From pivotal elections to crumbling marriages, from the Civil War to the Battle of Saipan, Halcyon is a profound and probing novel that grapples with what history means, who is affected by it, and how the complexities of our shared future rest on the dual foundations of remembering and forgetting.
PUBLISHERS WEEKLY
In this thought-provoking alternate history from Ackerman (2034), Bill Clinton resigns after his 1998 impeachment and Al Gore, as president, funds genetic research on human resurrection. Robert Ableson, a prominent attorney, is a successful test case of the Lazarus treatment, having been brought back to life after dying from pneumonia. The narrator, historian Martin Neumann, has been living in a cottage on Ableson's estate while working on a book about the Civil War. The genetic revolution coincides with a movement to remove Confederate monuments, which bothers Neumann and raises questions for him about how to best understand the past. Neumann also bemoans the country's "plague of polarization" that persists despite Gore's decisive action after the 9/11 attacks.

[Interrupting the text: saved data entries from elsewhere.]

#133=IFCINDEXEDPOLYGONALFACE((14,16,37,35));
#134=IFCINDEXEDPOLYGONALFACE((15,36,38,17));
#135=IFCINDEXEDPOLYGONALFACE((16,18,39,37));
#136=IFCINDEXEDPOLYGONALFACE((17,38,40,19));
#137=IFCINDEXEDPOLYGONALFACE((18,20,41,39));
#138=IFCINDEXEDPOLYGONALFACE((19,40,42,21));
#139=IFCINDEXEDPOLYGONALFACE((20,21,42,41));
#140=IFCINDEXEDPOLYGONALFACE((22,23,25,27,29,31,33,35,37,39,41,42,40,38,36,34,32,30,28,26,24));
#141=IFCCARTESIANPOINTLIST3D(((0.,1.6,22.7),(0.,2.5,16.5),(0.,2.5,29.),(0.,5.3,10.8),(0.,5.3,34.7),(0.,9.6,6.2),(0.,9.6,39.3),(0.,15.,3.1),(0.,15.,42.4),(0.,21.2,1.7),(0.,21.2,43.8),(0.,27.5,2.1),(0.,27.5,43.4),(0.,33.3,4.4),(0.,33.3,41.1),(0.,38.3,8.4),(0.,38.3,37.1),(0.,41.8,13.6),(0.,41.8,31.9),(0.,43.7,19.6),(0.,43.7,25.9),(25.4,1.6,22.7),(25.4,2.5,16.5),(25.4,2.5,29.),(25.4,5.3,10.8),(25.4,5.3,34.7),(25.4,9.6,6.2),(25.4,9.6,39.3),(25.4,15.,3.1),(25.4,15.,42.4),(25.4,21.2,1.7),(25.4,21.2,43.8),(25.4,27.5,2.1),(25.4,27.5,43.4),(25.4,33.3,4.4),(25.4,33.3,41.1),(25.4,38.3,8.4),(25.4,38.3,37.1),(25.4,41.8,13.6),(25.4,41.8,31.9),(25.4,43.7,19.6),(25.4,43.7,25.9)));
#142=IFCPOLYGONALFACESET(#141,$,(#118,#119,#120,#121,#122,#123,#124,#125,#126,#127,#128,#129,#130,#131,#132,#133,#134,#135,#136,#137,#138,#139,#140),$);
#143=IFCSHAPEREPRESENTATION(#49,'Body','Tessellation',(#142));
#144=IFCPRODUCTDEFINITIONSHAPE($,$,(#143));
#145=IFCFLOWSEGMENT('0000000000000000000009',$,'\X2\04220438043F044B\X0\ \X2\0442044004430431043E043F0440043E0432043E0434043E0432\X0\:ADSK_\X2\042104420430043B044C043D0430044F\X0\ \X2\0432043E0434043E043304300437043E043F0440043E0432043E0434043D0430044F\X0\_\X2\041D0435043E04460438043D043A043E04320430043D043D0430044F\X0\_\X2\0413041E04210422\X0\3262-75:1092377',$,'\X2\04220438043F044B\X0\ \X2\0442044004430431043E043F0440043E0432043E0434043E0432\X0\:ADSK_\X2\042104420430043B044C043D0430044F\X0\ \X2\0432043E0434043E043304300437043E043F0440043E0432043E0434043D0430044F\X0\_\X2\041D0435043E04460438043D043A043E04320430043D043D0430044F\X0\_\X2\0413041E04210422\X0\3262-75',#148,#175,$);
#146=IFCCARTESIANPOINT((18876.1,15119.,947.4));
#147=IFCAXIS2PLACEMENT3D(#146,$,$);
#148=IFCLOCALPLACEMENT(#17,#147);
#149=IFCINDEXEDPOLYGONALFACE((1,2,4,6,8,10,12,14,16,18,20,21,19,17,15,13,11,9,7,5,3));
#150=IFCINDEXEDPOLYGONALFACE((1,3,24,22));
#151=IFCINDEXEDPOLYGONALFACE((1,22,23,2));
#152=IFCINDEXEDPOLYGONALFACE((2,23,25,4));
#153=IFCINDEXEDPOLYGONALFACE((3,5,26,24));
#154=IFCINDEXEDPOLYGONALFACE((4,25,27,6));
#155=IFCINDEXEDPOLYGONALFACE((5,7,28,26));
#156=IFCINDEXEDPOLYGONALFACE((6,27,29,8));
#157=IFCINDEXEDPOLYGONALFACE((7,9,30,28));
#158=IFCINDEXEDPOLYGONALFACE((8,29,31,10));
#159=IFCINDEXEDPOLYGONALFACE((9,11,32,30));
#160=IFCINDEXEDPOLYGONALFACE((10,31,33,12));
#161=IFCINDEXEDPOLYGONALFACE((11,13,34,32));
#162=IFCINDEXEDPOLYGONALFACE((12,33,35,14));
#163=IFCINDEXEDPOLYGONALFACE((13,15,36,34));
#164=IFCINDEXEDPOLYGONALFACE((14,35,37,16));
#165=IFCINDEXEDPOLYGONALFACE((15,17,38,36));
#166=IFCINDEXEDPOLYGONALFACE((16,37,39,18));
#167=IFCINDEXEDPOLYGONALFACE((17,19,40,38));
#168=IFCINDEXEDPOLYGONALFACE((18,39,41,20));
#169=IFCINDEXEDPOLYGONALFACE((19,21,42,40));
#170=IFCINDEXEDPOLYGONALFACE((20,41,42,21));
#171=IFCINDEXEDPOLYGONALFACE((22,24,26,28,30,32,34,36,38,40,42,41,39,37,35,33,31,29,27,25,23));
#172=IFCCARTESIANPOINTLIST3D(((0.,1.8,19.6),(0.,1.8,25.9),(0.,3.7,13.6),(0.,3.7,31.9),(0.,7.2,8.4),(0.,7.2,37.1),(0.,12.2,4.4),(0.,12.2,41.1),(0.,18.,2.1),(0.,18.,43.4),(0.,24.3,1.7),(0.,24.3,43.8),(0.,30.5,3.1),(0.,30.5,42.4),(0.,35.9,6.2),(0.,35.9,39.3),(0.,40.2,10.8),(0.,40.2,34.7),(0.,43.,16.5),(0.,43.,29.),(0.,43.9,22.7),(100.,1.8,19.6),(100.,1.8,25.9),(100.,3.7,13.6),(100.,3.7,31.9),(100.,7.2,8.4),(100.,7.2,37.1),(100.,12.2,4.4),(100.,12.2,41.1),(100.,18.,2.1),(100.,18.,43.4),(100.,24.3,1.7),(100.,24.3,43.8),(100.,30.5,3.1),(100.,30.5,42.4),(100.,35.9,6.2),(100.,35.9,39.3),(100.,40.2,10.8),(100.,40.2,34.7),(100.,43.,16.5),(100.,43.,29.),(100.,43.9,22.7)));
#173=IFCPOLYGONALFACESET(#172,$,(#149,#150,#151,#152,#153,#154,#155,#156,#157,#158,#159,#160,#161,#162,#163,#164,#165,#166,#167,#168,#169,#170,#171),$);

George W. Bush is again nominated to run against Gore in 2004, and Bush's platform includes eliminating Gore's resurrectionist research. Meanwhile, with Gore's reelection hanging in the balance, Ableson struggles to adjust to his new lease on life, threatening to undermine Lazarus's viability. Ableson also surprises Neumann by scheming to squash a student petition to remove a Confederate monument with some lawyerly tricks. Though the monument debates feel well-worn, Ackerman is great at probing the scientific ethics of resurrection. This visionary tale is worth a look.